--- WHAT TO WORK ON ---
The answer should be a single number: how many lines in the material contain "IFCSIUNIT".

--- RAW DATA ---

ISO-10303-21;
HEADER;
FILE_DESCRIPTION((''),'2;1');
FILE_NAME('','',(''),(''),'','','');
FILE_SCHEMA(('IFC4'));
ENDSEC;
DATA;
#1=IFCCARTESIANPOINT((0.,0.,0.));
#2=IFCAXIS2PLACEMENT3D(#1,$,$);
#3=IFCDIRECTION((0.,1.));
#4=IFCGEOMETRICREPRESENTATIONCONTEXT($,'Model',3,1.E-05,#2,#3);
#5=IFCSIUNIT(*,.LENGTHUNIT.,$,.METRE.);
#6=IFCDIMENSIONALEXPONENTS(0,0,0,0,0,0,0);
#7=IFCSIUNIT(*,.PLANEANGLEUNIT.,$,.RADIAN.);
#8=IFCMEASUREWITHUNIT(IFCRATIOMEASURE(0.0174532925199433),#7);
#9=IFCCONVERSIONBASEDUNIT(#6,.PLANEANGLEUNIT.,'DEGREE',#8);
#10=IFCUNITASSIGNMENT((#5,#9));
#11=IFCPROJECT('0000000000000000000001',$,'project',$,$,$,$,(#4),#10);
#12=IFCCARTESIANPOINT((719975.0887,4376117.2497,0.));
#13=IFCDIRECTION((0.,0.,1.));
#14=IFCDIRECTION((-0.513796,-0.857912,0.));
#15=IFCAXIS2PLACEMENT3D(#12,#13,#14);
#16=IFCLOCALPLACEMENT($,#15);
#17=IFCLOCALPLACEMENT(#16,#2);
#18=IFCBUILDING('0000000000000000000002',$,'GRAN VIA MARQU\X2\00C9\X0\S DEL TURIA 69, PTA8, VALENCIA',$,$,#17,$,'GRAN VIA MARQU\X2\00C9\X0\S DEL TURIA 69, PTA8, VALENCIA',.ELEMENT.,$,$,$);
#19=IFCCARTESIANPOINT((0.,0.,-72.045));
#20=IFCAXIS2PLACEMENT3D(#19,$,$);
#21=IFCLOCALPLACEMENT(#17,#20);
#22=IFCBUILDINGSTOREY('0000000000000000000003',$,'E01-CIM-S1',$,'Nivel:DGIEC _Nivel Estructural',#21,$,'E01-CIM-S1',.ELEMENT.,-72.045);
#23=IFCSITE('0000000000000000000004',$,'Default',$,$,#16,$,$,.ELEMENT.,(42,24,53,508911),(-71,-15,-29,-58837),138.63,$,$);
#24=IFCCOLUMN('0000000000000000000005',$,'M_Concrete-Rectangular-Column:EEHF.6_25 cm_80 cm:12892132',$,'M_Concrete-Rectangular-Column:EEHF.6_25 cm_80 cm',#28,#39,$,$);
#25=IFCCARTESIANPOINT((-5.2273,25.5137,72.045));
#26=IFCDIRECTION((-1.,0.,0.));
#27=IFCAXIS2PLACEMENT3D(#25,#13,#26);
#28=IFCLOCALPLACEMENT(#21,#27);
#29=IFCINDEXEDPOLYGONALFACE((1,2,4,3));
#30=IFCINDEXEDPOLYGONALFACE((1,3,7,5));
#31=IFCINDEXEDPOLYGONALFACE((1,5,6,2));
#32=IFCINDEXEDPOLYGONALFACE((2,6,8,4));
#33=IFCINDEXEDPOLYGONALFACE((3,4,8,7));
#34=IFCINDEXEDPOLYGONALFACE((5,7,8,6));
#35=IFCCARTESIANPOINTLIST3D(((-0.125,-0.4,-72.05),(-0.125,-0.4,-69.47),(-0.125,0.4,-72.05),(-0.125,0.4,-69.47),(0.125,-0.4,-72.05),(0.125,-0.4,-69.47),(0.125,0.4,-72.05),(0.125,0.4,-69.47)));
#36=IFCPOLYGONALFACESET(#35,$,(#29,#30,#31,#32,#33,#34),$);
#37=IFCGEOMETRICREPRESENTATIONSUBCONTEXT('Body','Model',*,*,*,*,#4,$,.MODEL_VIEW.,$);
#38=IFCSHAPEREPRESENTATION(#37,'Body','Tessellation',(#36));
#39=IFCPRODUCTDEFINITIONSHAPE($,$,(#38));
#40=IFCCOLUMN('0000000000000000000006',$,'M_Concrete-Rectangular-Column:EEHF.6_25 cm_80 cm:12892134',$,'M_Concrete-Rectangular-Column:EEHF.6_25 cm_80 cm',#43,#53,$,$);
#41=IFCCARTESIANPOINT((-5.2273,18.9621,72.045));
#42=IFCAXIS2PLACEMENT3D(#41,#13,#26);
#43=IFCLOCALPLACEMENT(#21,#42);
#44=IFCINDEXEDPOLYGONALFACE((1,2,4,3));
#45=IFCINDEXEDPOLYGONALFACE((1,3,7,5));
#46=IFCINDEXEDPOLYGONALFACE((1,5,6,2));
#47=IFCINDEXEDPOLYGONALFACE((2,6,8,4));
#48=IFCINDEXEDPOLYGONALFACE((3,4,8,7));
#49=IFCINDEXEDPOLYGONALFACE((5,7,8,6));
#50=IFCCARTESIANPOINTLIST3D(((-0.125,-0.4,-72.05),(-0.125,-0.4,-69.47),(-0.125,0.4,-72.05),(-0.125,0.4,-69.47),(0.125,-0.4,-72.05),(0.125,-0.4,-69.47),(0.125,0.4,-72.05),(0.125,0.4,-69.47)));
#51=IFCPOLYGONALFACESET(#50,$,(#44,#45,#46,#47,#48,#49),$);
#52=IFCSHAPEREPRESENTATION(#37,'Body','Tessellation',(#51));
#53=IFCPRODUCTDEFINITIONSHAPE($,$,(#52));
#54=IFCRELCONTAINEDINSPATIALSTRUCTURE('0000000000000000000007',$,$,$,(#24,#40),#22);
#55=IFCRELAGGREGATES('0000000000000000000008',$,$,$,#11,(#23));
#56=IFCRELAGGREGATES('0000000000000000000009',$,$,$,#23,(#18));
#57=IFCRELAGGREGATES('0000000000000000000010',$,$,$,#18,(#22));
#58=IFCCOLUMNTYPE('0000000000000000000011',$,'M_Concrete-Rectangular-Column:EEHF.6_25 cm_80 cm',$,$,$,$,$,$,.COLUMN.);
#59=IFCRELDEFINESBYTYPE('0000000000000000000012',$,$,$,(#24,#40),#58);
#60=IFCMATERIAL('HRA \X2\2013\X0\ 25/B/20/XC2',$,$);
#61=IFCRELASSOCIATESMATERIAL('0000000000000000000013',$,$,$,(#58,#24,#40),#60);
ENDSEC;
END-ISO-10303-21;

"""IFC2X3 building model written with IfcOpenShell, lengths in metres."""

from ifc_helpers import new_model, entity, si_unit, converted_unit, direction, frame, origin, origin_2d_with_axis, place, context, subcontext, project, spatial, rectangle, extrude, source, transform, mapped, material, type_object, type_shapes, element, save


model = new_model("IFC2X3")

# Units and contexts
model_context = context("Model", 3, precision=1e-05, world=origin(), true_north=direction((0.0, 1.0)))
body_context = subcontext(model_context, "Body", "Model", "MODEL_VIEW")
ifc_project = project(units=[si_unit("LENGTHUNIT", "METRE"), converted_unit("PLANEANGLEUNIT", "DEGREE", entity("IfcRatioMeasure", 0.0174532925199433), si_unit("PLANEANGLEUNIT", "RADIAN"), dimensions=[0, 0, 0, 0, 0, 0, 0])], contexts=[model_context])

# Site, building, storey
site_placement = place(None, frame((719975.0887, 4376117.2497, 0.0), z_axis=(0.0, 0.0, 1.0), x_axis=(-0.513796, -0.857912, 0.0)))
site = spatial("IfcSite", under=ifc_project, at=site_placement, Name="Default", CompositionType="ELEMENT", RefLatitude=(42, 24, 53, 508911), RefLongitude=(-71, -15, -29, -58837), RefElevation=138.63)
building_placement = place(site_placement, origin())
building = spatial("IfcBuilding", under=site, at=building_placement, Name="GRAN VIA MARQUÉS DEL TURIA 69, PTA8, VALENCIA", LongName="GRAN VIA MARQUÉS DEL TURIA 69, PTA8, VALENCIA", CompositionType="ELEMENT")
storey_placement = place(building_placement, frame((0.0, 0.0, -72.045)))
storey = spatial("IfcBuildingStorey", under=building, at=storey_placement, Name="E01-CIM-S1", ObjectType="Nivel:DGIEC _Nivel Estructural", LongName="E01-CIM-S1", CompositionType="ELEMENT", Elevation=-72.045)

# Columns
ifc_material = material(Name="HRA – 25/B/20/XC2")
column_type = type_object("IfcColumnType", Name="M_Concrete-Rectangular-Column:EEHF.6_25 cm_80 cm", PredefinedType="COLUMN", material=ifc_material)
shared_shape = source(origin(), body_context, "Body", "SweptSolid", [
    extrude(rectangle(XDim=0.8, YDim=0.25, at=origin_2d_with_axis()), frame((0.0, 0.0, -72.05), z_axis=(0.0, 0.0, 1.0), x_axis=(0.0, -1.0, 0.0)), (0.0, 0.0, 1.0), 2.58),
])
type_shapes(column_type, [shared_shape])
for number, where, z_axis, x_axis, name in (
    (1, (-5.2273, 25.5137, 72.045), (0.0, 0.0, 1.0), (-1.0, 0.0, 0.0), "M_Concrete-Rectangular-Column:EEHF.6_25 cm_80 cm:12892132"),
    (2, (-5.2273, 18.9621, 72.045), (0.0, 0.0, 1.0), (-1.0, 0.0, 0.0), "M_Concrete-Rectangular-Column:EEHF.6_25 cm_80 cm:12892134"),
):
    element("IfcColumn", number, at=place(storey_placement, frame(where, z_axis=z_axis, x_axis=x_axis)), inside=storey, type_object=column_type, material=ifc_material, Name=name, ObjectType="M_Concrete-Rectangular-Column:EEHF.6_25 cm_80 cm", context=body_context, shape_type="MappedRepresentation", body=[
        mapped(shared_shape, transform((0.0, 0.0, 0.0), scale=1.0)),
    ])

save(model, "model.ifc")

--- SOLVED EXERCISE ---
2